A ser verdade o que conta o jornal «Público» sobre o caso de um professor numa escola do concelho de Sintra que se suicidou por não aguentar mais os vexames a que era submetido pelos seus alunos, trata-se de um caso bastante chocante e a merecer uma análise politicamente incorrecta segundo o direito à opinião, consagrado na Constituição da República Portuguesa, que todo o cidadão português tem.

João Aristídes Duarte - «Memória, Memórias...»Como se sabe o Ministério da Educação desenvolveu uma campanha (essa sim, negra) contra os professores, no consulado de Maria de Lurdes Rodrigues, no anterior Governo.
Os professores eram os maiores malandros alguma vez encontrados em Portugal, não queriam trabalhar, só queriam faltar, não ensinavam nada, não queriam saber das «famílias» e se os alunos aprendiam alguma coisa (ao que se supõe) não seria por causa dos professores.
Essa campanha, de que foram responsáveis, entre outros, Valter Lemos, Jorge Pedreira (Secretários de Estado) e jornalistas e comentadores como Emídio Rangel e Miguel Sousa Tavares levou a opinião pública e, por arrastamento, os alunos, a achincalharem os professores, colocando todos no «mesmo saco» em defesa daquilo a que eles chamavam «as famílias».
Quer dizer, para esta gente, a escola inclui todos, sobretudo «as famílias», excepto os professores, que nada têm que mandar ou ser obedecidos.
Foram tantas, tantas as leis e decretos feitos por essa equipa do Ministério da Educação, quase todas, pretensamente, dirigidas a favor das «famílias» e contra os professores (o célebre Estatuto do Aluno é só um pequeno exemplo) e tanta a propaganda (sobretudo baseada na avaliação docente, facto que, pessoalmente, pouco me interessa) que a opinião pública passou a ver os professores como uma classe a abater.

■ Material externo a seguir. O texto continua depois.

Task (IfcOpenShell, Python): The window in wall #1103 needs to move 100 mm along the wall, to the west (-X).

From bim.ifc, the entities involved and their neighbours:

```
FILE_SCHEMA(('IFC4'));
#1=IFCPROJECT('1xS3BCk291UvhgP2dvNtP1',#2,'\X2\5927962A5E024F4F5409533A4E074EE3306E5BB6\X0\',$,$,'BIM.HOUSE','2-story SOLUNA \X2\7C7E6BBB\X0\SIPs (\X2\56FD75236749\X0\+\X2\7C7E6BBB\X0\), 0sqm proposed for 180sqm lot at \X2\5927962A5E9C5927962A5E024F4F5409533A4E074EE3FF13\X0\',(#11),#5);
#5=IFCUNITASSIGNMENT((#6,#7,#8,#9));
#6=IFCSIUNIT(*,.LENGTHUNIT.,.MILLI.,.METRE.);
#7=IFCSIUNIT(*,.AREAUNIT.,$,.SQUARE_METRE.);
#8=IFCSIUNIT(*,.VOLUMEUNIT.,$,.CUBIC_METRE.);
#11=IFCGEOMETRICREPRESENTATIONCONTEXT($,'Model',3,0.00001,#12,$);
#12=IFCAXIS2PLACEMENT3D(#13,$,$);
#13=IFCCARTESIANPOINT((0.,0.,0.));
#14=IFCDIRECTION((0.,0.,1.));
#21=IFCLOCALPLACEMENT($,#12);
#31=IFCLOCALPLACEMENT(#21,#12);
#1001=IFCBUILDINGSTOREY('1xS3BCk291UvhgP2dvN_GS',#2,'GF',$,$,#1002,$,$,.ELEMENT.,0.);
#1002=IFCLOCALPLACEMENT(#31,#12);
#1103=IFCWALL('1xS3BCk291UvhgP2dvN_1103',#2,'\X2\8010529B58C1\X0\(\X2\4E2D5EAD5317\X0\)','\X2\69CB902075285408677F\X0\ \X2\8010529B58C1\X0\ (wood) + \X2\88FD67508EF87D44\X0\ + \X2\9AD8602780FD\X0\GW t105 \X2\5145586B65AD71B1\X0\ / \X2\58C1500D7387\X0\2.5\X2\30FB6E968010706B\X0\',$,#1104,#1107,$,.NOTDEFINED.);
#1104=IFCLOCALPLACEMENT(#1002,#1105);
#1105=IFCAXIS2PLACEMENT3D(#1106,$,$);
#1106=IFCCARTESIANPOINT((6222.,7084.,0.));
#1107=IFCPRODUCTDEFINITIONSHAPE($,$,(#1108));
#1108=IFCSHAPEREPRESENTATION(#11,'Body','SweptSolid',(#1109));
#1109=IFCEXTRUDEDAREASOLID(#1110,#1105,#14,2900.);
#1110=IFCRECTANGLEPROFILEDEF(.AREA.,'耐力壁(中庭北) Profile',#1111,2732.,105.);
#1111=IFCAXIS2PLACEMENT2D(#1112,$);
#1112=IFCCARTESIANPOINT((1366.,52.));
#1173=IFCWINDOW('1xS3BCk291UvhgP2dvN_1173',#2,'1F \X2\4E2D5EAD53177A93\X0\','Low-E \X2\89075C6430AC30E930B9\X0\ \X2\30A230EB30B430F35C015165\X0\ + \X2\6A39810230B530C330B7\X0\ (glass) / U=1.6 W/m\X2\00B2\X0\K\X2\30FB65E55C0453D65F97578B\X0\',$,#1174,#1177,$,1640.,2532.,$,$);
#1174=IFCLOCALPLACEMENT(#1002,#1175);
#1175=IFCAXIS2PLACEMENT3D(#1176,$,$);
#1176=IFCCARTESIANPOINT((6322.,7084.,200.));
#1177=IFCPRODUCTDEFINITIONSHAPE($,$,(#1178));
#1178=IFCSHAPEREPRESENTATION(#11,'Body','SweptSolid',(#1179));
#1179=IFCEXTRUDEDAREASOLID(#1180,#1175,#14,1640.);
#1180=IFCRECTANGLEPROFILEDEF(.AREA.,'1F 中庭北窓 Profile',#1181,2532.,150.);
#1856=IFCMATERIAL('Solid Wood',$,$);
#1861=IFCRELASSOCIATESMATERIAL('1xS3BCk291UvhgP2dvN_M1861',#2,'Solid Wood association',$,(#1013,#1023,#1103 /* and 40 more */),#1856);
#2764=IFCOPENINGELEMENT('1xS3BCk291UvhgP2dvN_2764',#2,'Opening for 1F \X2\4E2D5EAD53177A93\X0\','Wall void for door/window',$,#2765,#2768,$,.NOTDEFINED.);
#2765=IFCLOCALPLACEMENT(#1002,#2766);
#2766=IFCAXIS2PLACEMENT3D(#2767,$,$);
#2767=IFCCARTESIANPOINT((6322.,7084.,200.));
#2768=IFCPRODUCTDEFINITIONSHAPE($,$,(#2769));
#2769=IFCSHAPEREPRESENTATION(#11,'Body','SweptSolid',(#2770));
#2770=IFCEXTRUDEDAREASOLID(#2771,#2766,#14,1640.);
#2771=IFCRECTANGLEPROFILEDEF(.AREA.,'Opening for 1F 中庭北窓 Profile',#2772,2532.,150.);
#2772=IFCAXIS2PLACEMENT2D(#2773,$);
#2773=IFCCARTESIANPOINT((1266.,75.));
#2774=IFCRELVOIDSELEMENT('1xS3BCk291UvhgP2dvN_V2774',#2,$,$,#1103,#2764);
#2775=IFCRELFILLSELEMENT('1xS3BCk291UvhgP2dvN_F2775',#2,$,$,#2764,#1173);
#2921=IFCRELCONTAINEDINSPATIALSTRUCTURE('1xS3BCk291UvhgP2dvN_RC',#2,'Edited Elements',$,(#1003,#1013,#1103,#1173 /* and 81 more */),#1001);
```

```python
import ifcopenshell
import ifcopenshell.api.geometry
import ifcopenshell.util.placement
import ifcopenshell.util.unit

model = ifcopenshell.open("bim.ifc")
unit_scale = ifcopenshell.util.unit.calculate_unit_scale(model)

window = model.by_guid("1xS3BCk291UvhgP2dvN_1173")
opening = window.FillsVoids[0].RelatingOpeningElement
wall = opening.VoidsElements[0].RelatingBuildingElement

wall_matrix = ifcopenshell.util.placement.get_local_placement(wall.ObjectPlacement)
shift = wall_matrix[:3, 0] * -0.1 / unit_scale
before = ifcopenshell.util.placement.get_local_placement(window.ObjectPlacement)[:3, 3].copy()

# The window is not placed relative to its opening, so move both.
for product in (opening, window):
    matrix = ifcopenshell.util.placement.get_local_placement(product.ObjectPlacement)
    matrix[:3, 3] += shift
    ifcopenshell.api.geometry.edit_object_placement(model, product=product, matrix=matrix, is_si=False)

after = ifcopenshell.util.placement.get_local_placement(window.ObjectPlacement)[:3, 3]
print("window moved by", (after - before).round(3) + 0.0)

model.write("bim_edited.ifc")
```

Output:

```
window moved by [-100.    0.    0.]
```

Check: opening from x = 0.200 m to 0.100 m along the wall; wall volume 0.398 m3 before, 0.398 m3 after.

Todo o “bicho careta” passou a opinar sobre a escola e os professores, sem que soubessem, na maior parte dos casos, do que estavam a falar.
Ainda há duas semanas foi noticiado que um aluno de 12 anos agrediu um professor com uma cadeira. Aliás, as agressões a professores, entre os próprios alunos e às auxiliares de acção educativa (agora chamadas em «modernês», assistentes operacionais) acontecem nas escolas portuguesas, sem que nada possa ser feito. Não significa isto que a indisciplina seja generalizada, mas é um caso que deve preocupar qualquer cidadão português. «A educação dá-se em casa» é uma máxima que hoje perdeu todo o sentido, dado que os pais se demitem de toda a função educativa e encarregam os professores dessa tarefa. Sabendo bem, como sabem, que o professor está «atado de pés e mãos», sem nenhuma autoridade. Perdeu-se o respeito pela figura do «mais velho» e, sobretudo pelo professor.
Ao contrário de Espanha, onde recentemente, na Comunidade Autonómica de Madrid, as agressões a professores foram consideradas como equivalentes a agressões à autoridade, em Portugal o que interessou (até há pouco tempo) foi dizer o pior dos professores para virar a opinião pública contra eles.
E para isso inventou-se tudo, até um iníquo (não encontro outra palavra para o definir) concurso de colocação de professores que levou docentes com quase 20 anos de serviço e quase 50 anos de idade a serem colocados em escolas a 120 Km de casa (e por 4 anos), como foi o meu caso. Facto que só acontece com esta profissão. Nenhum funcionário de nenhuma Repartição Pública é tratado desta maneira pelos poderes públicos. Haja um mínimo de respeito pela idade e pelo tempo de serviço!!! O concurso de colocação de professores do ano passado, em que professores com menos graduação foram colocados mais perto das suas residências do que outros mais graduados (só porque o foram em Agosto e os outros em Julho), foi das coisas mais vergonhosas que o Governo anterior praticou contra os professores, só para os desanimar. Este é só um exemplo do que tem sido feito em prol da desmotivação e desânimo dos professores.
Que, depois, surjam situações lamentáveis como a do suicídio do professor de Música (parece que os alunos já nem de Música gostam – do que gostarão?) não serão de admirar.
Quem apoiou, insistentemente, essa campanha contra os professores que ponha a mão na consciência e pense duas vezes se valerá a pena continuar a achincalhá-los
Nota: o Governo vai privatizar os CTT, uma Instituição que já vem do tempo da Monarquia (1520), tendo passado a Empresa Pública em 1969, antes do 25 de Abril de 1974. Nada escapa ao ataque feroz aos direitos dos cidadãos. Tenho a certeza que o serviço a prestar pelos privatizados CTT será pior e mais caro que é actualmente. E a Estação de Correios do Soito tem, portanto, os dias contados. Aos privados só interessa o lucro e não os serviços aos cidadãos.